Provided entries =>
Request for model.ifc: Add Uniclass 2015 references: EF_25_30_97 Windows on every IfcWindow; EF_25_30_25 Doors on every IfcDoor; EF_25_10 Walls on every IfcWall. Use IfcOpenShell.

First a look at what the model holds.

```python
import ifcopenshell

model = ifcopenshell.open("model.ifc")
print(model.schema)
print("classifications:", [c.Name for c in model.by_type("IfcClassification")])
for ifc_class in ("IfcDoor", "IfcRoof", "IfcStair", "IfcWall", "IfcWindow"):
    print(ifc_class, len(model.by_type(ifc_class)))
```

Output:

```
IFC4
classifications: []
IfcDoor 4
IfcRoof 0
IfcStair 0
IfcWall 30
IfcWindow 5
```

```python
import ifcopenshell
import ifcopenshell.api.classification

model = ifcopenshell.open("model.ifc")

system = ifcopenshell.api.classification.add_classification(model, classification="Uniclass 2015")

codes = {
    "IfcWindow": ("EF_25_30_97", "Windows"),
    "IfcDoor": ("EF_25_30_25", "Doors"),
    "IfcWall": ("EF_25_10", "Walls"),
}
for ifc_class, (code, name) in codes.items():
    products = model.by_type(ifc_class)
    ifcopenshell.api.classification.add_reference(
        model, products=products, classification=system, identification=code, name=name
    )
    print(code, len(products))

model.write("model_edited.ifc")
```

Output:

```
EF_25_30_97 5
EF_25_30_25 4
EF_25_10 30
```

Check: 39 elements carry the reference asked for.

What the task requires => Every entry above must be reproduced exactly.

Solution to this exercise =>
Request for model.ifc: Add Uniclass 2015 references: EF_25_30_97 Windows on every IfcWindow; EF_25_30_25 Doors on every IfcDoor; EF_25_10 Walls on every IfcWall. Use IfcOpenShell.

First a look at what the model holds.

```python
import ifcopenshell

model = ifcopenshell.open("model.ifc")
print(model.schema)
print("classifications:", [c.Name for c in model.by_type("IfcClassification")])
for ifc_class in ("IfcDoor", "IfcRoof", "IfcStair", "IfcWall", "IfcWindow"):
    print(ifc_class, len(model.by_type(ifc_class)))
```

Output:

```
IFC4
classifications: []
IfcDoor 4
IfcRoof 0
IfcStair 0
IfcWall 30
IfcWindow 5
```

```python
import ifcopenshell
import ifcopenshell.api.classification

model = ifcopenshell.open("model.ifc")

system = ifcopenshell.api.classification.add_classification(model, classification="Uniclass 2015")

codes = {
    "IfcWindow": ("EF_25_30_97", "Windows"),
    "IfcDoor": ("EF_25_30_25", "Doors"),
    "IfcWall": ("EF_25_10", "Walls"),
}
for ifc_class, (code, name) in codes.items():
    products = model.by_type(ifc_class)
    ifcopenshell.api.classification.add_reference(
        model, products=products, classification=system, identification=code, name=name
    )
    print(code, len(products))

model.write("model_edited.ifc")
```

Output:

```
EF_25_30_97 5
EF_25_30_25 4
EF_25_10 30
```

Check: 39 elements carry the reference asked for.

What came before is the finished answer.